This thread has simply asked:

*a)* Can we trust Chinese frame fabrication that results from such an environment? 

*b)* If large bicycle companies are relying on Chinese fabrication, what is the difference if a small company buys generic Chinese frames and sells them at a discounted price? Are they the same quality or could there be a danger that they are of inferior quality?

*c)* What could the differences in quality be between a craft titanium frame and a Chinese built frame? Is it simply a case of, as my mother used to say, "A car is a car and some are just more expensive than others", ?


*2.* It could get more political from my standpoint. Personally, if I have the choice, I would not support purchasing anything from a country that routinely threatens me and my family with annihilation if we do not bow to their own political vision of Chinese nationalism. I am in Taiwan and we feel a direct threat to our culture and way of life. Why should I or anyone else help a country gain more power and leverage that it can and will use against me, mine and others with less power? But that isn't the argument that is being made in this thread and I don't expect people from other countries to really care about matters that happen "elsewhere". 
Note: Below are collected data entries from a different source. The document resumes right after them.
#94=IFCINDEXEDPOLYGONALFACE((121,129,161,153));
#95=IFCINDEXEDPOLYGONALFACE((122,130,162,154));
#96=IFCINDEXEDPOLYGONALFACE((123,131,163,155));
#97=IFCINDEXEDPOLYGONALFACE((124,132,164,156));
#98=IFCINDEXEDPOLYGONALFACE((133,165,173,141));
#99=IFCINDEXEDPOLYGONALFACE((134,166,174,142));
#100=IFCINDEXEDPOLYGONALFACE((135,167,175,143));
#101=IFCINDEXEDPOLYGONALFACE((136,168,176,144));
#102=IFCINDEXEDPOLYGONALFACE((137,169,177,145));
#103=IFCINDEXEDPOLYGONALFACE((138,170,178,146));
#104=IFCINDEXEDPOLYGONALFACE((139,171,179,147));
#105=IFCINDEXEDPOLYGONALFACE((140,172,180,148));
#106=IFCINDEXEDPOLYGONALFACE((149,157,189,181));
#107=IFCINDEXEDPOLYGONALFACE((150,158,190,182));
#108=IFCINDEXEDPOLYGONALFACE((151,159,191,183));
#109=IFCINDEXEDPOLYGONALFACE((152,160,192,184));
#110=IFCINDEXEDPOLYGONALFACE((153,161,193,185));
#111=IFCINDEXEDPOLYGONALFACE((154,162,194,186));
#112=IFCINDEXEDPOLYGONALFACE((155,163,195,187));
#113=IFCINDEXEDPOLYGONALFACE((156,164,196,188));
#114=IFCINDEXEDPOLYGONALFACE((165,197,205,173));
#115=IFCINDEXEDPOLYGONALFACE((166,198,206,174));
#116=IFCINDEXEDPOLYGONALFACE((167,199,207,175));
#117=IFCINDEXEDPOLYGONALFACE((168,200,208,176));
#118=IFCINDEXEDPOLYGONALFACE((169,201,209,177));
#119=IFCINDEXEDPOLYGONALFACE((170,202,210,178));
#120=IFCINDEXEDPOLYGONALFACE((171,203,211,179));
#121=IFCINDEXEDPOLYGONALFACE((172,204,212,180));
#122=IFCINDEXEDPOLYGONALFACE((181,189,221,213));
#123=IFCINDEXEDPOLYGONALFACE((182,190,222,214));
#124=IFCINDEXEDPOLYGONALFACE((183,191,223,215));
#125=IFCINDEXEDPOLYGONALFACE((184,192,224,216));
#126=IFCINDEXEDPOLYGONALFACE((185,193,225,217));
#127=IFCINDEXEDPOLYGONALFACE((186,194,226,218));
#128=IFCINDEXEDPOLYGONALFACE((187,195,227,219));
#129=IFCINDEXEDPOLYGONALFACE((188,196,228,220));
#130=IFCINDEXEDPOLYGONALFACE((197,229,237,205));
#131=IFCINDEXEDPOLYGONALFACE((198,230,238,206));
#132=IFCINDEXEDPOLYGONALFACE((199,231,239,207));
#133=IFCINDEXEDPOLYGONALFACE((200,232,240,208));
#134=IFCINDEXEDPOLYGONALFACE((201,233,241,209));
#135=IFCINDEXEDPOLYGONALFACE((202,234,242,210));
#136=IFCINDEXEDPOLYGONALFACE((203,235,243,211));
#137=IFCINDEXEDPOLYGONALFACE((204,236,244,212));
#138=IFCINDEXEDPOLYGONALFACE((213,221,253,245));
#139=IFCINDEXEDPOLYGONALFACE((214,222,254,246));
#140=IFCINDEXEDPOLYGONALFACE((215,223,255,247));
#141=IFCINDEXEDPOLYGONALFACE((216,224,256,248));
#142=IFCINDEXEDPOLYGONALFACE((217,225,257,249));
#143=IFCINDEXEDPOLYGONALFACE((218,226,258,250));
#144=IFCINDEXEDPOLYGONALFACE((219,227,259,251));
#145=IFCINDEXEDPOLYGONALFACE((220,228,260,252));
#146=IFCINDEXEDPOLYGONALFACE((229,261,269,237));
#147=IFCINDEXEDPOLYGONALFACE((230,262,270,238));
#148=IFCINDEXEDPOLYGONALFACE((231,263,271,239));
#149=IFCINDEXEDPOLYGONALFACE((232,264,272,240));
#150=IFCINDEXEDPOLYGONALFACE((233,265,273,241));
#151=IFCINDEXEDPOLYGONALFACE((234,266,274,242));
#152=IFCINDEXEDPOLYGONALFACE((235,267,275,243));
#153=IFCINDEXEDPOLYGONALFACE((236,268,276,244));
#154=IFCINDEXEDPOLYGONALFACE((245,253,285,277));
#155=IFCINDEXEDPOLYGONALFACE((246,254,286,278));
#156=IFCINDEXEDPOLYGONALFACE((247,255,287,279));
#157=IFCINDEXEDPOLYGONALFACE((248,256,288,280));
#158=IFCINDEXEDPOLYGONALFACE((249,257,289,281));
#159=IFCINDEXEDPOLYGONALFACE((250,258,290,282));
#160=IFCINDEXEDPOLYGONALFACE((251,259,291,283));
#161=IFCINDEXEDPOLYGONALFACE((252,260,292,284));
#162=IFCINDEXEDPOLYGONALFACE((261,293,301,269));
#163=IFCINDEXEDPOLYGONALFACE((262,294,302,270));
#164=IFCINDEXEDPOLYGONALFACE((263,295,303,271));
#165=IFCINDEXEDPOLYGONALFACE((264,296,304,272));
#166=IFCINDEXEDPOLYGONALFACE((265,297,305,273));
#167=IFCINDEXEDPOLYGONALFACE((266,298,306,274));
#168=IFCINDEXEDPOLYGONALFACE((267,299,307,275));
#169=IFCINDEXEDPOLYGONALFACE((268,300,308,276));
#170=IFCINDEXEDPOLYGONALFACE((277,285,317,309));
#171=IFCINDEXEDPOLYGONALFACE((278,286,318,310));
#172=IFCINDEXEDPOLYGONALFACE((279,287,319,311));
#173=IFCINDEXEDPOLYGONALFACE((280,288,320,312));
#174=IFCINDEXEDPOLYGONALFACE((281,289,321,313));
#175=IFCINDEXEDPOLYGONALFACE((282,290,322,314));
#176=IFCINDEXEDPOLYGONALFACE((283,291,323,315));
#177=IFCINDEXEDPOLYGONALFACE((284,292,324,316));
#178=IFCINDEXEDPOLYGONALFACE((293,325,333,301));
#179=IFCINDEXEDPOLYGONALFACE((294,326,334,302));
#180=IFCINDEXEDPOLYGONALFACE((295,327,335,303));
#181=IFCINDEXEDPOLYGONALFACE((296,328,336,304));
*3.* I guess if I were to sit back and look at the meta-argument of this thread or a thread like this I could say, as a friend recently put it, "We reject the myth that economic change will lead to CPC liberalization or democratization. This is a false theory. In fact economic growth has strengthened the privileges (特權) of the CPC elite China lacks the basic conditions of a true free market – which is a system of law that treats all equally. In China there is a system of law protecting privilege. There continues to be a growing disparity of power between the elite and the majority of the country, especially increased exploitation of China’s 300 million peasants. There is destructive, non sustainable development." (...that leads to an unreliable or unpredictable production environment I might add). Is this what a consumer really wants to support? The consumer might not care or calculate this factor is the search for a "deal", but we often make political decisions with out pocketbooks. These choices become a form of individual activism. So I guess in an indirect way we might be discussing "What is THE DEAL on a Chinese titanium frame?", but that wasn't what most of us were really discussing above.:thumbsup: 

Food for thought.

Now I would really like to do is to help my buddy out and make sure he gets something good that will last several years and be a pleasure to ride. He's got $3000.


----------



## bigbill

Dajianshan said:


> *2.* It could get more political from my standpoint. Personally, if I have the choice, I would not support purchasing anything from a country that routinely threatens me and my family with annihilation if we do not bow to their own political vision of Chinese nationalism. I am in Taiwan and we feel a direct threat to our culture and way of life. Why should I or anyone else help a country gain more power and leverage that it can and will use against me, mine and others with less power? But that isn't the argument that is being made in this thread and I don't expect people from other countries to really care about matters that happen "elsewhere".
> 
> *3.* I guess if I were to sit back and look at the meta-argument of this thread or a thread like this I could say, as a friend recently put it, "We reject the myth that economic change will lead to CPC liberalization or democratization. This is a false theory. In fact economic growth has strengthened the privileges (特權) of the CPC elite China lacks the basic conditions of a true free market – which is a system of law that treats all equally. In China there is a system of law protecting privilege. There continues to be a growing disparity of power between the elite and the majority of the country, especially increased exploitation of China’s 300 million peasants. There is destructive, non sustainable development." (...that leads to an unreliable or unpredictable production environment I might add). Is this what a consumer really wants to support? The consumer might not care or calculate this factor is the search for a "deal", but we often make political decisions with out pocketbooks. These choices become a form of individual activism. So I guess in an indirect way we might be discussing "What is THE DEAL on a Chinese titanium frame?", but that wasn't what most of us were really discussing above.:thumbsup:
> 
> Food for thought.
> 
> Now I would really like to do is to help my buddy out and make sure he gets something good that will last several years and be a pleasure to ride. He's got $3000.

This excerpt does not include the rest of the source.